# Bridgewater State U. Dispatcher



## Kilvinsky (Jan 15, 2007)

Communications Dispatcher II
Institution:
*Bridgewater State University*

Location:
Bridgewater, MA

Category:
Admin - Police and Public Safety

Posted:
08/31/2018

Application Due:
Open Until Filled

Type:
Full Time

*Title*: 
Communications Dispatcher II

*Department Summary*: 
The Bridgewater State University Police Department is charged with the protection of the lives and property of more than 12,000 Bridgewater State University students, faculty, staff, and visitors on nearly 300 acres of University land and 38 major buildings, as well as the streets and other passageways adjoining University property. Police Department staff work with community members to prevent crime, solve problems, and take proactive steps to make Bridgewater State University as safe as possible.
All BSU Police Officers attend municipal police academy training and have full police authority on campus and throughout the town of Bridgewater. The Department enforces all state laws, including motor vehicle laws, as well as university rules and regulations.

In addition the department is made up of four major divisions; Headquarters, Operations, Administration, and Emergency Management & Legal Compliance. Within those divisions are several bureaus and units such as the Patrol Bureau and Detective Bureau. The department is a member of the Southeastern Massachusetts Law Enforcement Council (SEMLEC) regional SWAT Team, and belongs to the Whitman-West Bridgewater-East Bridgewater-Bridgewater-Bridgewater State University Police (WEB) regional major crimes and drug task force.

BSUPD is widely recognized as the premier state university police department in Massachusetts. The department stands ready to deal with the same kinds of incidents that any small-city police department handles.

*Position Summary*: 
Communications Dispatcher II
(Full-time, 12-month AFSCME position)

Tour of Duty and Schedule: TBD by shift bidding process; subject to change according to departmental needs.
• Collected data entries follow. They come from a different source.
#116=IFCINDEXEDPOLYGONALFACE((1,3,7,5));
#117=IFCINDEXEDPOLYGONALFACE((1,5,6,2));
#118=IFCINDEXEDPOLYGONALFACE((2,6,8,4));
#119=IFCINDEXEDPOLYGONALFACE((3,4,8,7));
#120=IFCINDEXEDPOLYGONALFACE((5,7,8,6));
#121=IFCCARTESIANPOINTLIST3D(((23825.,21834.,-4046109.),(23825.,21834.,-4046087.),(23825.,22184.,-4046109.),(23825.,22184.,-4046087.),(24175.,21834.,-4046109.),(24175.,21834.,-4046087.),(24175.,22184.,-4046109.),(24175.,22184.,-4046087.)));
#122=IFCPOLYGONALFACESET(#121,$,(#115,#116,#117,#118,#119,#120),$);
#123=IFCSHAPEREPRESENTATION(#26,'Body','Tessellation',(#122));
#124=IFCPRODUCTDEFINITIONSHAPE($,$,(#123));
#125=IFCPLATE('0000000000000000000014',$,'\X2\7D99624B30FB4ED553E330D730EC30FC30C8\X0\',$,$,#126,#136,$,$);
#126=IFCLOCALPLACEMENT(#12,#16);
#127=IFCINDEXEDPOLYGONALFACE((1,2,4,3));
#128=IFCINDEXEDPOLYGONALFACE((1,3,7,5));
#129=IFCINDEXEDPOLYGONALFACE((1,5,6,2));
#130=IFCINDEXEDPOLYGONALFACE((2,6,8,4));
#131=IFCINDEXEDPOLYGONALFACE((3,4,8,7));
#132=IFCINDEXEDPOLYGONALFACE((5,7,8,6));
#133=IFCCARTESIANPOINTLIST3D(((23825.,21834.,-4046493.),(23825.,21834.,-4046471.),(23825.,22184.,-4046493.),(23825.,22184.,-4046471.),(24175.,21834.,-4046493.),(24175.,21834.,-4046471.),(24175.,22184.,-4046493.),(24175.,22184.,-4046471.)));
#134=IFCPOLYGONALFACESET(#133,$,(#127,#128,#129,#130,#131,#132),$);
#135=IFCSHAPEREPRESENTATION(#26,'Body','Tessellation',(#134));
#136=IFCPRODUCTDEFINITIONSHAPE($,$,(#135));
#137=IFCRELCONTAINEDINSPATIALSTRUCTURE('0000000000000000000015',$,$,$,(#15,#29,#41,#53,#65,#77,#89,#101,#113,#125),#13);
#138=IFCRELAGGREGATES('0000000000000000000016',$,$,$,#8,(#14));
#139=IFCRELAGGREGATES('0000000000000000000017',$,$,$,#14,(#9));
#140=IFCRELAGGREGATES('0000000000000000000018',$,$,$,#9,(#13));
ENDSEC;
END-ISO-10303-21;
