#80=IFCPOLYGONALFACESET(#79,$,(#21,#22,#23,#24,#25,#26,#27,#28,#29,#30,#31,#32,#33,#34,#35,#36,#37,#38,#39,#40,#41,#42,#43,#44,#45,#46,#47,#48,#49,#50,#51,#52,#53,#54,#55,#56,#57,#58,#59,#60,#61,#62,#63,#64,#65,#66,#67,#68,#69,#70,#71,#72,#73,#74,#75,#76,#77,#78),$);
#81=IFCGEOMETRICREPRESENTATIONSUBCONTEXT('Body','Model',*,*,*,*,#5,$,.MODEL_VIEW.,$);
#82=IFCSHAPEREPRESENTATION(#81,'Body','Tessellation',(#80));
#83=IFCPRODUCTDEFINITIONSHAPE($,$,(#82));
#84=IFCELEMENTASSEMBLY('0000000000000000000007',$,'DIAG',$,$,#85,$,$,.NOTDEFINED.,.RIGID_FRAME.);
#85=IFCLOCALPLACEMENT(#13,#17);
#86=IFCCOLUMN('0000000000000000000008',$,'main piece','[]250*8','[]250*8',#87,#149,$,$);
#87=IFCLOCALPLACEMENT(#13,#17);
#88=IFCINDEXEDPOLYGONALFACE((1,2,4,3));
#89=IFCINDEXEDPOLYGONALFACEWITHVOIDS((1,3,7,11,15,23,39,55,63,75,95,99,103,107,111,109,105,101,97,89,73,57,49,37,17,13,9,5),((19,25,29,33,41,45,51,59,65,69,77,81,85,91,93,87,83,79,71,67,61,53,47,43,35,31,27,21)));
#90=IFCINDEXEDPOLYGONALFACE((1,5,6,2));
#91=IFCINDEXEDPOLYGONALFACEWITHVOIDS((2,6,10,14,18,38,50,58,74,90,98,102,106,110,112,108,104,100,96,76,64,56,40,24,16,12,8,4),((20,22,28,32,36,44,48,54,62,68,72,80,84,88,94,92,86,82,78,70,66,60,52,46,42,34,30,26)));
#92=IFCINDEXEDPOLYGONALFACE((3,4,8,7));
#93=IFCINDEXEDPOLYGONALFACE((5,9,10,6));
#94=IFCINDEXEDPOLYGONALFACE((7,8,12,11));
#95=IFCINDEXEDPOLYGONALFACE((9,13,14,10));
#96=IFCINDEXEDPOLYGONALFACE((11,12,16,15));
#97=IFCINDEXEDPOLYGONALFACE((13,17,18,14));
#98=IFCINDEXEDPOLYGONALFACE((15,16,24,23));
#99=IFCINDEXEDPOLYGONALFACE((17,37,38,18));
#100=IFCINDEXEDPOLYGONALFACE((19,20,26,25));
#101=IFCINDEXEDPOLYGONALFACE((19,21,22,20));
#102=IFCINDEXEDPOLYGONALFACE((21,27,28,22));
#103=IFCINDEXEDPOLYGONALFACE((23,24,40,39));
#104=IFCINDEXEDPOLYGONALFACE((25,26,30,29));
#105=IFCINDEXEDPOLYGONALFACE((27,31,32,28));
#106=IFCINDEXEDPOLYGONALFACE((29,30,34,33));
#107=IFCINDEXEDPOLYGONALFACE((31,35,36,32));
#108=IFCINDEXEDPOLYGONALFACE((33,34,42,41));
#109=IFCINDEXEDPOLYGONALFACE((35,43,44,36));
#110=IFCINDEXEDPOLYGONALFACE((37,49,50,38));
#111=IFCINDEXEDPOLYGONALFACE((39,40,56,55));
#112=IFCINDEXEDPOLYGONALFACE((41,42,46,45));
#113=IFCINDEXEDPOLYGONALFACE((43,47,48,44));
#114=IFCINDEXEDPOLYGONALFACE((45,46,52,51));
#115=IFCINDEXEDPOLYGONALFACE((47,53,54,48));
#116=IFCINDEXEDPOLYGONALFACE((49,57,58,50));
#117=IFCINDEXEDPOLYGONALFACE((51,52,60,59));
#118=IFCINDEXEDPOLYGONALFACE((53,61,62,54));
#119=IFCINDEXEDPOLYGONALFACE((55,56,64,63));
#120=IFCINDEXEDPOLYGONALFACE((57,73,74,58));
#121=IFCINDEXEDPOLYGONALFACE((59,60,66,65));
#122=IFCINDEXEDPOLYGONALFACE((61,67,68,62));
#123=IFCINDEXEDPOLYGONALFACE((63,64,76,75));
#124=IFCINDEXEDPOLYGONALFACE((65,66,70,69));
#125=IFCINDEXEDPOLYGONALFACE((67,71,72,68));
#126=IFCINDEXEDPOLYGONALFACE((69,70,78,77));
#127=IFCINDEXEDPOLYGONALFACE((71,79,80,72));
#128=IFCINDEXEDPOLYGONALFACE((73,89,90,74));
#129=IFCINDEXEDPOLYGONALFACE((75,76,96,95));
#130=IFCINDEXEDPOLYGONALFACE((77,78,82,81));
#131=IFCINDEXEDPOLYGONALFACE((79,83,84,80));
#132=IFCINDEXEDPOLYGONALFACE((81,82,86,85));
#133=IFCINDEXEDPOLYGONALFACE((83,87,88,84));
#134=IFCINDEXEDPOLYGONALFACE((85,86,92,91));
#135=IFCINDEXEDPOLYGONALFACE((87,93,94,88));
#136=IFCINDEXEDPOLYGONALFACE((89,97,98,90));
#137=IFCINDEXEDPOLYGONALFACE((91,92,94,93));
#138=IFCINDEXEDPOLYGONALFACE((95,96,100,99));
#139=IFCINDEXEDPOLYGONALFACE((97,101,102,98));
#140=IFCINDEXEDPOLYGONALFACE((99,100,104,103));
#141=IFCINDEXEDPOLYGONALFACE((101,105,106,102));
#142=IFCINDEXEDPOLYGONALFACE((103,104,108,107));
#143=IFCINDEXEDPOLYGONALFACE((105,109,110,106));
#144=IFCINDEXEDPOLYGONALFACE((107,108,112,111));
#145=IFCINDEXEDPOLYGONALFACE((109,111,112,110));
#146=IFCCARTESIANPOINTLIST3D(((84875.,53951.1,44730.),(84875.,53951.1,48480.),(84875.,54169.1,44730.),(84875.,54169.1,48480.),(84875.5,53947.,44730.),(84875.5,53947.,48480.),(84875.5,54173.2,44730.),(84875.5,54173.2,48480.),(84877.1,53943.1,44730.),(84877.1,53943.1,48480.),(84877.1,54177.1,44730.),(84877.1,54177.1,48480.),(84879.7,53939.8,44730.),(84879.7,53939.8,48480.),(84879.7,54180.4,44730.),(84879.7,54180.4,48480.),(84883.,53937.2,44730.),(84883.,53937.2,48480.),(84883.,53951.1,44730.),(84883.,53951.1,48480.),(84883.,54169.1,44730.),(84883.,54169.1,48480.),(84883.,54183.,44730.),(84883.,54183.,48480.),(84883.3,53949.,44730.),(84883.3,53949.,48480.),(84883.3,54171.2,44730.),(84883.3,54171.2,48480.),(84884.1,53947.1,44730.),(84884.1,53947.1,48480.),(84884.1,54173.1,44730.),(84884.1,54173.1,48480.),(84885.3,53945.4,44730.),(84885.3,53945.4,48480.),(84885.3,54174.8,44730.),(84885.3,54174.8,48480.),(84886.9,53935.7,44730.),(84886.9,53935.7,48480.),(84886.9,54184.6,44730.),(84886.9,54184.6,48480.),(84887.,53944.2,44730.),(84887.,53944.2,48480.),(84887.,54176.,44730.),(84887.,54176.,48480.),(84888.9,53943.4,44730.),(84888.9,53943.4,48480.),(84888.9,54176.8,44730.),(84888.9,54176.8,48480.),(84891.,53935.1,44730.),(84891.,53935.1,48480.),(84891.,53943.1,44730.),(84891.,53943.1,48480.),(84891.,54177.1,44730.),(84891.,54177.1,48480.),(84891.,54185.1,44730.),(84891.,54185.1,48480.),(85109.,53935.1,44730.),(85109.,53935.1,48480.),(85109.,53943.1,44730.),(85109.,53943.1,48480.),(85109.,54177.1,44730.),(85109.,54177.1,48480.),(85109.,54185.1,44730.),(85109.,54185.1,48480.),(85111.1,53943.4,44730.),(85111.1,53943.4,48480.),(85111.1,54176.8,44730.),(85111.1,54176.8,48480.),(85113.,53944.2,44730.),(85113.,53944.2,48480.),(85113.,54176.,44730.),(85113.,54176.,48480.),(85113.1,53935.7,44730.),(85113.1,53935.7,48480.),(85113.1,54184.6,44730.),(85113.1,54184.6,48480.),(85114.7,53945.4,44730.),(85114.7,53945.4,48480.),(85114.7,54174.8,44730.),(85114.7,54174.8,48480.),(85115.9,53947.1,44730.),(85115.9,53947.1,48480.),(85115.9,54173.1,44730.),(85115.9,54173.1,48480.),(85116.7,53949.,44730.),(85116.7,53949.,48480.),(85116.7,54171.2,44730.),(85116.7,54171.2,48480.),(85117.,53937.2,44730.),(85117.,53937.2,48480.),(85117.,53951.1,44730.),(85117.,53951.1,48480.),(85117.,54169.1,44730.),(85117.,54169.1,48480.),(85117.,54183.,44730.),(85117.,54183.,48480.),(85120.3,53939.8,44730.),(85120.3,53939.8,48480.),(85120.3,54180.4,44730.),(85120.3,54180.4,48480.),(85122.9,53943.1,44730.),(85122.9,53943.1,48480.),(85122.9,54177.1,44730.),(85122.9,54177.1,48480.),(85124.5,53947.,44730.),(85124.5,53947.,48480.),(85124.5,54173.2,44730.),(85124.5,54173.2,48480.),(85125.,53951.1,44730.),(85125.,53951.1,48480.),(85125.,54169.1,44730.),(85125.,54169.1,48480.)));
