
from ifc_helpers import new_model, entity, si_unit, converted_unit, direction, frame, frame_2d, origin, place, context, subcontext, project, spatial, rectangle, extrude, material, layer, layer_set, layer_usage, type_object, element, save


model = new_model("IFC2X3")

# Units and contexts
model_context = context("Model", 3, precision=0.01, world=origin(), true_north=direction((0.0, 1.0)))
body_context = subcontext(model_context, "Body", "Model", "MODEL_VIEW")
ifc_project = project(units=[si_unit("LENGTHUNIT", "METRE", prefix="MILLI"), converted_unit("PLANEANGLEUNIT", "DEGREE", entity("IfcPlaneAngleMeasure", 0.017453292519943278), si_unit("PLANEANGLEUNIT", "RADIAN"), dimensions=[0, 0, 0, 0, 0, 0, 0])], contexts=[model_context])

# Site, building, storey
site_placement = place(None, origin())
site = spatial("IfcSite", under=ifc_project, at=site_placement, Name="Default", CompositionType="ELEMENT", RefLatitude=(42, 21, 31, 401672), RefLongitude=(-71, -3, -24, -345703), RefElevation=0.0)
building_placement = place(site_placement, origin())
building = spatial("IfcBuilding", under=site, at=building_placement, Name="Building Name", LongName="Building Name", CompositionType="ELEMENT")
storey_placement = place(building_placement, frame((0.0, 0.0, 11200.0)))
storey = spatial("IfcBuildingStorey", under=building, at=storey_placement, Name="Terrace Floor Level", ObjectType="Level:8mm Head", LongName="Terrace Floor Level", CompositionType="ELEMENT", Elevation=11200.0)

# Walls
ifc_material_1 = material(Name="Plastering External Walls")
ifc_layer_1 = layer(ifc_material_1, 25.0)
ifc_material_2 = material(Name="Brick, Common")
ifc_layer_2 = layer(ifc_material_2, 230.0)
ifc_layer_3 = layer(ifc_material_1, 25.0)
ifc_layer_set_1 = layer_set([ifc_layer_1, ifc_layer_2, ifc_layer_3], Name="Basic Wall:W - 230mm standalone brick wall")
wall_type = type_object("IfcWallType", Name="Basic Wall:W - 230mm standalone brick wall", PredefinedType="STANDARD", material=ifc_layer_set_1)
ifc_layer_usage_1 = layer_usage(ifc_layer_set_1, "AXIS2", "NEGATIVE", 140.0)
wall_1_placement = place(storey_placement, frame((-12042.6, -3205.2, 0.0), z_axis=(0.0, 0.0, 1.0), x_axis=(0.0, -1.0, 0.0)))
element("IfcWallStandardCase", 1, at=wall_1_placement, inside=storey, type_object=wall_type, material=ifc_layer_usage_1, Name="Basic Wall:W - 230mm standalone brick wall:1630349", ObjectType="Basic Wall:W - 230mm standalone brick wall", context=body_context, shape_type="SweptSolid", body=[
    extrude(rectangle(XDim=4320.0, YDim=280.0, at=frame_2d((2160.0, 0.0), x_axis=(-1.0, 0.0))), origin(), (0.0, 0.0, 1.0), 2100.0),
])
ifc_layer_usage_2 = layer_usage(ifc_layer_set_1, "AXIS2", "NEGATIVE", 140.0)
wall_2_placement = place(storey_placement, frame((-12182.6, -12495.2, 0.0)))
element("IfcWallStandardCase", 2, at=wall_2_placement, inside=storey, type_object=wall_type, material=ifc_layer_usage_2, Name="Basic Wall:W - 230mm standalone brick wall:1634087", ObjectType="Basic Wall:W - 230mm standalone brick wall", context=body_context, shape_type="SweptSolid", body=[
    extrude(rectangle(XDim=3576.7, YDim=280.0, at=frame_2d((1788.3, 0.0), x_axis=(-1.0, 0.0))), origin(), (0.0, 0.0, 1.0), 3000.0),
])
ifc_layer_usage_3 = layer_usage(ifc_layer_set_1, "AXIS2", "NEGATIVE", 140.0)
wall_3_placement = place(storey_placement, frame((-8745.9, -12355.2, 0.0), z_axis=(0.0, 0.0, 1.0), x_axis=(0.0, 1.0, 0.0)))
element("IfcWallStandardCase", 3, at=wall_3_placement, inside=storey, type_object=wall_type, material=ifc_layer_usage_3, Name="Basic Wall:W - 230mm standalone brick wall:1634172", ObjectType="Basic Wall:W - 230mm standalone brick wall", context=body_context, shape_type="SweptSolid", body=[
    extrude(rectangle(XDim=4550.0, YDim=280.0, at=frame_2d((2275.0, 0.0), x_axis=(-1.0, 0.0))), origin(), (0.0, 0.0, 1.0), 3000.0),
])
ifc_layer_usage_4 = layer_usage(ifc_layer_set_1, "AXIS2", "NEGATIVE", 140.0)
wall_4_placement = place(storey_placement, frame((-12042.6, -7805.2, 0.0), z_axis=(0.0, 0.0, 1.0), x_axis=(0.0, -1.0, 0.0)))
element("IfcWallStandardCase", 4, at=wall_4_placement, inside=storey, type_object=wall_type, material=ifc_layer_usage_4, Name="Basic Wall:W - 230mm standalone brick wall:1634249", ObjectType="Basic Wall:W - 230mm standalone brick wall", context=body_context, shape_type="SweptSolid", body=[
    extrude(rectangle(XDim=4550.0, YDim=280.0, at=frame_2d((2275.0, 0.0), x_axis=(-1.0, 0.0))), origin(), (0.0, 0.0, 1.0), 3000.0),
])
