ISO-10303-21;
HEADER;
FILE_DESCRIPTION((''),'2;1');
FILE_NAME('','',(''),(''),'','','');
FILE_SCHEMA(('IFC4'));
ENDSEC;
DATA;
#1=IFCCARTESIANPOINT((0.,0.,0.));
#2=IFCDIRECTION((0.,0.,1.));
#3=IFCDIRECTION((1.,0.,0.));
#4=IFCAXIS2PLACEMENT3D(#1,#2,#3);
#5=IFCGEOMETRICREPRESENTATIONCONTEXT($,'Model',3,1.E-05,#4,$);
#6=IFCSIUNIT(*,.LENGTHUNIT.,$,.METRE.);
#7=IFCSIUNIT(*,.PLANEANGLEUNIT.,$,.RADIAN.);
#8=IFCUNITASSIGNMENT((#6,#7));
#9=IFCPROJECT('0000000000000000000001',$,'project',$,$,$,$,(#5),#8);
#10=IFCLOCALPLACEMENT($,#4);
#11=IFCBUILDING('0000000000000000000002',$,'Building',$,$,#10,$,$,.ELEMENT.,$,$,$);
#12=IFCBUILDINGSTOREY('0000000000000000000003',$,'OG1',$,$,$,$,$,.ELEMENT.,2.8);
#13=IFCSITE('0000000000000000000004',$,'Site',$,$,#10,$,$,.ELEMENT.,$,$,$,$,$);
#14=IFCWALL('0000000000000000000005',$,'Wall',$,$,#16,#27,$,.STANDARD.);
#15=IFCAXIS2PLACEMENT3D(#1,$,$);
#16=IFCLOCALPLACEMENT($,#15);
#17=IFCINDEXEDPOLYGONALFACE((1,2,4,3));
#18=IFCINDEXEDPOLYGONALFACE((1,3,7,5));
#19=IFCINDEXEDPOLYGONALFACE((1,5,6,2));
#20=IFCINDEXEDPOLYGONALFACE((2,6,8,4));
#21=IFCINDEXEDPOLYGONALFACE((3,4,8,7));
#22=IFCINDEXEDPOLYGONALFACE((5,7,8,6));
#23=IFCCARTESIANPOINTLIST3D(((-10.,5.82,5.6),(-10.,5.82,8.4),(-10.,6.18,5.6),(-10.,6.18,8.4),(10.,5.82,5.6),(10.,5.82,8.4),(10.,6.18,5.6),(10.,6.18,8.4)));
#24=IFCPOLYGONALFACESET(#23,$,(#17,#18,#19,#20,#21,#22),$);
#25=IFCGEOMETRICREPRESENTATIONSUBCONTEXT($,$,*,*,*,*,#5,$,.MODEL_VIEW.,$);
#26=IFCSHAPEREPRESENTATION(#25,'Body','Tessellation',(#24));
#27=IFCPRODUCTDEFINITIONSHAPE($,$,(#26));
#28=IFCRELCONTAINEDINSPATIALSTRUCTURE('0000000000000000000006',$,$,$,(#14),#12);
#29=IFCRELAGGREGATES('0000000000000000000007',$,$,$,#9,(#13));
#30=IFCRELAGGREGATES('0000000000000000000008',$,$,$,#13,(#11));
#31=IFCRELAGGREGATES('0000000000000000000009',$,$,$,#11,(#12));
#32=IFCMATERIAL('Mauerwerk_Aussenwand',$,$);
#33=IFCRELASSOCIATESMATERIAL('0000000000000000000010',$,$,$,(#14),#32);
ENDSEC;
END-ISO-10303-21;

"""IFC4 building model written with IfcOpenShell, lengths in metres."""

from ifc_helpers import new_model, si_unit, frame, frame_2d, origin, origin_with_axes, place, context, subcontext, project, spatial, rectangle, extrude, material, element, save


model = new_model("IFC4")

# Units and contexts
model_context = context("Model", 3, precision=1e-05, world=origin_with_axes())
sub_context = subcontext(model_context, None, None, "MODEL_VIEW")
ifc_project = project(units=[si_unit("LENGTHUNIT", "METRE"), si_unit("PLANEANGLEUNIT", "RADIAN")], contexts=[model_context])

# Site, building, storey
placement_1 = place(None, origin_with_axes())
site = spatial("IfcSite", under=ifc_project, at=placement_1, Name="Site", CompositionType="ELEMENT")
building = spatial("IfcBuilding", under=site, at=placement_1, Name="Building", CompositionType="ELEMENT")
storey = spatial("IfcBuildingStorey", under=building, Name="OG1", CompositionType="ELEMENT", Elevation=2.8)

# Wall
ifc_material = material(Name="Mauerwerk_Aussenwand")
placement_2 = place(None, origin_with_axes())
placement_3 = place(placement_2, frame((0.0, 0.0, 2.8)))
wall_placement = place(placement_3, frame((-10.0, 6.0, 2.8), x_axis=(1.0, 0.0, 0.0)))
element("IfcWall", 1, at=wall_placement, inside=storey, material=ifc_material, Name="Wall", PredefinedType="STANDARD", context=sub_context, shape_type="SweptSolid", body=[
    extrude(rectangle(XDim=20.0, YDim=0.36, at=frame_2d((10.0, 0.0))), origin(), (0.0, 0.0, 1.0), 2.8),
])

save(model, "model.ifc")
Must be available for off-shift overtime, including compulsory callbacks.

Area of Assignment: Bridgewater State University Police Department

This is an AFSCME unit position and is subject to the terms of the current AFSCME collective bargaining agreement.

*Position Type*: 
AFSCME Classified

*Essential Duties*:


Transmits messages from a radio communications base station in accordance with the rules and regulations of the Federal Communications Commission.
Monitors various radio frequencies to receive, evaluate and forward information.
Operates radio transmitting and receiving equipment comprising a system of fixed stations and mobile units.
Maintains records and logs of information such as all messages received and transmitted, weather conditions and individuals or authorities to contact in emergency situations.
Searches files to obtain information in response to inquiries.
Coordinates all radio communications including emergency systems, relays messages and instructions to mobile or fixed stations concerned and operates public address systems and paging devices.
Checks operating condition of equipment and reports malfunctions to proper authority.
Observes, through a closed circuit television system, traffic movements and conditions such as accidents, fires and other hazards affecting traffic in tunnels and on highways or other related structures in order to monitor traffic flow.
Operates lane control devices, related traffic signals, videotape equipment and/or public address systems; check proper operation of lighting, signals and other devices as required in order to improve traffic flow.
Operates teletype equipment to receive and transmit messages.
Oversees and monitors communications activities in order to ensure compliance with governing laws, rules and regulations.
Provides on-the-job training to employees.
See also State Job Specifications, available in the Office of Human Resources, or online at http://www.bridgew.edu/HR/JobSpecs/.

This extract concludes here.